■ **What this task involves**
Every line that contains "IFCRECTANGLEPROFILEDEF" must be located and copied from the data.

Records from a data collection:

******************************

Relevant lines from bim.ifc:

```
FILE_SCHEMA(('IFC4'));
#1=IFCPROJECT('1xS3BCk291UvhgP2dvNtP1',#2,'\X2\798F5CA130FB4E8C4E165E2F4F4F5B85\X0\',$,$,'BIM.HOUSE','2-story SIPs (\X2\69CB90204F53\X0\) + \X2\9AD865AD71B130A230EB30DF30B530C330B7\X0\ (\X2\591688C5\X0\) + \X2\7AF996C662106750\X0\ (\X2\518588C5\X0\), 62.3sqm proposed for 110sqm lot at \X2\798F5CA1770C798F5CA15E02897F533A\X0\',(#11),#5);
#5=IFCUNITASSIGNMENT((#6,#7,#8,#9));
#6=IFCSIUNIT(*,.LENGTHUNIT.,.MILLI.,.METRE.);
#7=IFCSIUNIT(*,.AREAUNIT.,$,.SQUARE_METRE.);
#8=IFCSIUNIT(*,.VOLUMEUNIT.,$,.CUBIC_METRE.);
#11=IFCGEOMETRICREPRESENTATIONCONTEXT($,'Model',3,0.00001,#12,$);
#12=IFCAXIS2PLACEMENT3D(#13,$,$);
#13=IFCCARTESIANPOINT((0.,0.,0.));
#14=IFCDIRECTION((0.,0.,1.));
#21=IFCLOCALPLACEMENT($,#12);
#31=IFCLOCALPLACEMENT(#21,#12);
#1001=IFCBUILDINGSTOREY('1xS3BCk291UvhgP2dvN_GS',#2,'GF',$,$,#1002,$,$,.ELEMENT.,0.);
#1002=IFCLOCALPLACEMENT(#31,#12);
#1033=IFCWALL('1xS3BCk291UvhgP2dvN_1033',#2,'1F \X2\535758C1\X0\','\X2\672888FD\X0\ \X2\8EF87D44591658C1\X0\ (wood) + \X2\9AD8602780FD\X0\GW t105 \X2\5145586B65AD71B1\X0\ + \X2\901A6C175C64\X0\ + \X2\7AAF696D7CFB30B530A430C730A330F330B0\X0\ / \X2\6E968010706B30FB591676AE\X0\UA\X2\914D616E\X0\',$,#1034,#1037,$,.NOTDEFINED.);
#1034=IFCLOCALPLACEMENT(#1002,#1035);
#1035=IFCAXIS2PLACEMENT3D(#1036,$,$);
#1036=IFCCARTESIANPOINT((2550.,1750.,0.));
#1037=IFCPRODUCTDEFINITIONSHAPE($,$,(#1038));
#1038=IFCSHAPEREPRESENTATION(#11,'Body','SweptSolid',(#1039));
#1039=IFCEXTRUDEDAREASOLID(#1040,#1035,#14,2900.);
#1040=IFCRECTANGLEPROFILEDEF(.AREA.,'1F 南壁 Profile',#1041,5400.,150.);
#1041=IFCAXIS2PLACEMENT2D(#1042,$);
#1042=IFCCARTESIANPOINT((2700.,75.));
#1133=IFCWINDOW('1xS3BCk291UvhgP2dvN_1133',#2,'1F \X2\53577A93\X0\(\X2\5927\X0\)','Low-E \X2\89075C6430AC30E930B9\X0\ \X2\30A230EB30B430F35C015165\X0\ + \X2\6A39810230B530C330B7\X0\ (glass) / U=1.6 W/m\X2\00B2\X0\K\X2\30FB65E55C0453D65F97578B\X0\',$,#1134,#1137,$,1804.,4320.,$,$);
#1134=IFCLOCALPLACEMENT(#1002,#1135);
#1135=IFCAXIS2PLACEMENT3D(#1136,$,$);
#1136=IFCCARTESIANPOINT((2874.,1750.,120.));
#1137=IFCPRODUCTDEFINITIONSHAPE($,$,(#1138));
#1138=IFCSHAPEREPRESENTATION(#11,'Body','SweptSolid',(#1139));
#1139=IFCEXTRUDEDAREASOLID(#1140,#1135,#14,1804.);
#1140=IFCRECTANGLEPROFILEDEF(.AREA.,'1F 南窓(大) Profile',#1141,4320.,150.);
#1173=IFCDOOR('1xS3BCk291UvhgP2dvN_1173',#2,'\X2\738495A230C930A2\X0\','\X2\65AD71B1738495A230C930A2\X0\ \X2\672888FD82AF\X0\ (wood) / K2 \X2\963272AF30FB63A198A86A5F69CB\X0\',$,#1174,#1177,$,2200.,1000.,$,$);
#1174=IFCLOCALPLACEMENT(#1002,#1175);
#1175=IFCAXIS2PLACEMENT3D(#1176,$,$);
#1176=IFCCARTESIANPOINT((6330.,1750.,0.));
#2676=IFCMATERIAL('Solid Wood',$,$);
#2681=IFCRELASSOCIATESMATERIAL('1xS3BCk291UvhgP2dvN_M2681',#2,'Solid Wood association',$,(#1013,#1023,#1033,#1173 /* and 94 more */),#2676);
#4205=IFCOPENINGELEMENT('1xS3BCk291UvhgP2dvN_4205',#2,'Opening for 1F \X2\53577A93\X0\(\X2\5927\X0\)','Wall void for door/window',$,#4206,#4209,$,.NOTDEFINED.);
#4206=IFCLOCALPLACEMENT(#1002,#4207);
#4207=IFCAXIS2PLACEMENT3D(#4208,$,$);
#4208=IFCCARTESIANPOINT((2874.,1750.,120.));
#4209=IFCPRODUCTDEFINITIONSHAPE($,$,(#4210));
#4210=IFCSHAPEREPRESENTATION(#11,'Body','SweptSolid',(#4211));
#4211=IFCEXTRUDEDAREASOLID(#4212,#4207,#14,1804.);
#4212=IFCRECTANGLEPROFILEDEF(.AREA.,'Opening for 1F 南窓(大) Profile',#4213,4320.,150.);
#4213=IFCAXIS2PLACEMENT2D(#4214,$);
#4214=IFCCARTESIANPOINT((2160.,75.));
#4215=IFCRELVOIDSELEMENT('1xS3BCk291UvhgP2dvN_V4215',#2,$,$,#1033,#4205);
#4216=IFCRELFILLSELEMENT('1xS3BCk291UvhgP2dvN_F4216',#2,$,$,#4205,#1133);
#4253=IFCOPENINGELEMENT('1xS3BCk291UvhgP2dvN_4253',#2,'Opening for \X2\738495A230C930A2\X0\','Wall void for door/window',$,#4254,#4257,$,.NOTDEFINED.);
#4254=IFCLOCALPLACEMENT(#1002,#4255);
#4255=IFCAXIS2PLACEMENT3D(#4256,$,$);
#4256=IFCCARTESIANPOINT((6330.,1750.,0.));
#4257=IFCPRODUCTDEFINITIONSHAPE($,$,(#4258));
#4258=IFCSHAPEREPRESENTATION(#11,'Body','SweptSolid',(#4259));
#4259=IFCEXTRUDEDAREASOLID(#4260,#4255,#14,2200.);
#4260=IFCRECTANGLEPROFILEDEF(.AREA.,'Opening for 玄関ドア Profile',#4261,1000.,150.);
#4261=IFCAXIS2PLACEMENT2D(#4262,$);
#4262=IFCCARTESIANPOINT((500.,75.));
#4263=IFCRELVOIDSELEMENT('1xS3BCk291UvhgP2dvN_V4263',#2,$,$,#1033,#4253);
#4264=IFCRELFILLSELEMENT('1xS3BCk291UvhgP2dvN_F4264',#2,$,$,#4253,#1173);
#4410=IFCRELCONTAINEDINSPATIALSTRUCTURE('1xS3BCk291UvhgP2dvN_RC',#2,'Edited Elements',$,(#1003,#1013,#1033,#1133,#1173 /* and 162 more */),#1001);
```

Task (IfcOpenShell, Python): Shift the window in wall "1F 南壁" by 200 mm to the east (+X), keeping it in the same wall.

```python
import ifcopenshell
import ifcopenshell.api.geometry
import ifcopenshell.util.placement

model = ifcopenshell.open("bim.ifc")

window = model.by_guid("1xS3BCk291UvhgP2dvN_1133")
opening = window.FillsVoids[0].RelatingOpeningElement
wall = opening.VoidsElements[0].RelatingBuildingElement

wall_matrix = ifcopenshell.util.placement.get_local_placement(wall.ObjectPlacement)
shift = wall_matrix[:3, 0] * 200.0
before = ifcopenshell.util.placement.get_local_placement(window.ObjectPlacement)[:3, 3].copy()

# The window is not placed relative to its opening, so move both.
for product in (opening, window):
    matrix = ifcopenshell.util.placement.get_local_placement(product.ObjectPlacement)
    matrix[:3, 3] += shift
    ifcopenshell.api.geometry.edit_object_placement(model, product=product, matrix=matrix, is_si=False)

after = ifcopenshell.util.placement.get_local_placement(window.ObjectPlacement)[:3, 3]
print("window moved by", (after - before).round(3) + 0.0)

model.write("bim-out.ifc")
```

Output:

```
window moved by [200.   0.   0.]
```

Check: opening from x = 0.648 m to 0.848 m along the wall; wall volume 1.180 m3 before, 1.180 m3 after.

******************************

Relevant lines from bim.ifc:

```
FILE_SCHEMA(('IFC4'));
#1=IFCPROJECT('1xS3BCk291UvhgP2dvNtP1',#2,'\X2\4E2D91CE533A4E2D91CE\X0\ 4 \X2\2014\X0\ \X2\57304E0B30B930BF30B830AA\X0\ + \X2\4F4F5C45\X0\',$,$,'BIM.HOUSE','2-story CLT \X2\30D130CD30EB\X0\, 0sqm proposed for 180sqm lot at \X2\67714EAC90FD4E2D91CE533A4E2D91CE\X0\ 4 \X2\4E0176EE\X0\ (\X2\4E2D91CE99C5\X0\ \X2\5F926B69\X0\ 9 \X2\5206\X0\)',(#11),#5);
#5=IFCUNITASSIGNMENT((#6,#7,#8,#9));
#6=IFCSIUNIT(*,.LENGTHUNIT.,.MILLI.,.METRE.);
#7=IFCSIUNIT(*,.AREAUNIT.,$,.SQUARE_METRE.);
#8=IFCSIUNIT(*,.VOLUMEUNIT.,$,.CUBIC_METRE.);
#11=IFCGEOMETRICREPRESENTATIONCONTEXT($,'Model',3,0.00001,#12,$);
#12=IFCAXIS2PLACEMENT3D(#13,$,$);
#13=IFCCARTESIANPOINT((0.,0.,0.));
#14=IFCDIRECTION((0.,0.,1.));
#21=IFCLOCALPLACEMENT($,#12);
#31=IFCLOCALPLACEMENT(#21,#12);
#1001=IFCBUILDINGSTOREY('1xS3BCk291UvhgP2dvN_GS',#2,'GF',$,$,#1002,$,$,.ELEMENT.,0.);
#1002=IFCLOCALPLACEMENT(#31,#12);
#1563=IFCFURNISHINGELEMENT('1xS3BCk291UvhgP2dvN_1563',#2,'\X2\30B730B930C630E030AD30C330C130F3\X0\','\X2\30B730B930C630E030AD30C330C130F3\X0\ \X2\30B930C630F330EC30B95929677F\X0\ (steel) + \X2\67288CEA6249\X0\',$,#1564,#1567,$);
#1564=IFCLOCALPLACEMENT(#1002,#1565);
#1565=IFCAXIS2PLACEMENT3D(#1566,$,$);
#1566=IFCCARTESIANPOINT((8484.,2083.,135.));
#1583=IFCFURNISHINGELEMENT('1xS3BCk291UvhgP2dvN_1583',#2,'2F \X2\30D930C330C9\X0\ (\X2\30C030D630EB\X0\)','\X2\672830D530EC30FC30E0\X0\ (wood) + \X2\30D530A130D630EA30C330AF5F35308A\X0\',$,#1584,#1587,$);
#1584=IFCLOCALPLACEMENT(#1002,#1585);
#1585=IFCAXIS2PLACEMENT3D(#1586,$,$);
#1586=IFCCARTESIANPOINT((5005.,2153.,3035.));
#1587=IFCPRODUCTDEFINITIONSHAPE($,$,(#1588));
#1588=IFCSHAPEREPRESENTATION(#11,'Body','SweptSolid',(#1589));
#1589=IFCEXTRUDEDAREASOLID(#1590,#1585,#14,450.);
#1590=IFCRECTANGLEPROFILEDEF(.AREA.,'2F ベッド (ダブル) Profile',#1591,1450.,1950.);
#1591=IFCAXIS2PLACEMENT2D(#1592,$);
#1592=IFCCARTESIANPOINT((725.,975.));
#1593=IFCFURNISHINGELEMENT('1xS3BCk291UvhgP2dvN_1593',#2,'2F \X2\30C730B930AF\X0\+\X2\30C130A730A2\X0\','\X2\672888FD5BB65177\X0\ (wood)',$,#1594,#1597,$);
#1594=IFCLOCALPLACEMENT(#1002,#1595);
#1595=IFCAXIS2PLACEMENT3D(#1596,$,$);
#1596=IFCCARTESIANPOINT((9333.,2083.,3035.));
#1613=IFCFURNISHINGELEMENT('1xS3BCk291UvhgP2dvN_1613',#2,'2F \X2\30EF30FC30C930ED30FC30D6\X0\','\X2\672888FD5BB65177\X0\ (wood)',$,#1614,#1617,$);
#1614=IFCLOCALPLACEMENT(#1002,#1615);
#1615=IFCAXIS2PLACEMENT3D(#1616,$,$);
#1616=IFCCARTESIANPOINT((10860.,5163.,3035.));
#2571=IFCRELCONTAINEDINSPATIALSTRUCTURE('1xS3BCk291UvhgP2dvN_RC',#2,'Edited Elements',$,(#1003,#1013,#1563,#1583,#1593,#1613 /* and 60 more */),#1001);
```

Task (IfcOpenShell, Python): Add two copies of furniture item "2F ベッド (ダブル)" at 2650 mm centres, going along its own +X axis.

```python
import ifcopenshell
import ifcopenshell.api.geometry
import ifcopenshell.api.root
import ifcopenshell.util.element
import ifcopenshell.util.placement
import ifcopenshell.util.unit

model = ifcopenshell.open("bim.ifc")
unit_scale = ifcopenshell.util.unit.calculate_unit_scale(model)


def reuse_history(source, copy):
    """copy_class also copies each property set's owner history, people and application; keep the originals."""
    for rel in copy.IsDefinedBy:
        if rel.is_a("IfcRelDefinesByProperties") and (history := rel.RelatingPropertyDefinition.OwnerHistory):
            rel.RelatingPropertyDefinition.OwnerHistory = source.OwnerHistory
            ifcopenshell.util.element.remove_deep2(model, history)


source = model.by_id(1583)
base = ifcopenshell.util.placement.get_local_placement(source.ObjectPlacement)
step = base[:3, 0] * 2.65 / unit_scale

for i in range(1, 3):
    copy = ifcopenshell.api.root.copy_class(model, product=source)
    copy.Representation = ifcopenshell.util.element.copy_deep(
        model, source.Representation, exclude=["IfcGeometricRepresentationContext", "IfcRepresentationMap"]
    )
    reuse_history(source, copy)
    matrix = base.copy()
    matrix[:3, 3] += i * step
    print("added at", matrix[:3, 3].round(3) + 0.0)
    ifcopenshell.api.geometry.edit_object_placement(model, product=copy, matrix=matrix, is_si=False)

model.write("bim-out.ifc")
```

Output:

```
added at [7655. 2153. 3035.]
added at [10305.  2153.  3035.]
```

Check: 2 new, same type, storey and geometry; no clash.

******************************

■ **Solution for this exercise**
#1040=IFCRECTANGLEPROFILEDEF(.AREA.,'1F 南壁 Profile',#1041,5400.,150.);
#1140=IFCRECTANGLEPROFILEDEF(.AREA.,'1F 南窓(大) Profile',#1141,4320.,150.);
#4212=IFCRECTANGLEPROFILEDEF(.AREA.,'Opening for 1F 南窓(大) Profile',#4213,4320.,150.);
#4260=IFCRECTANGLEPROFILEDEF(.AREA.,'Opening for 玄関ドア Profile',#4261,1000.,150.);
#1590=IFCRECTANGLEPROFILEDEF(.AREA.,'2F ベッド (ダブル) Profile',#1591,1450.,1950.);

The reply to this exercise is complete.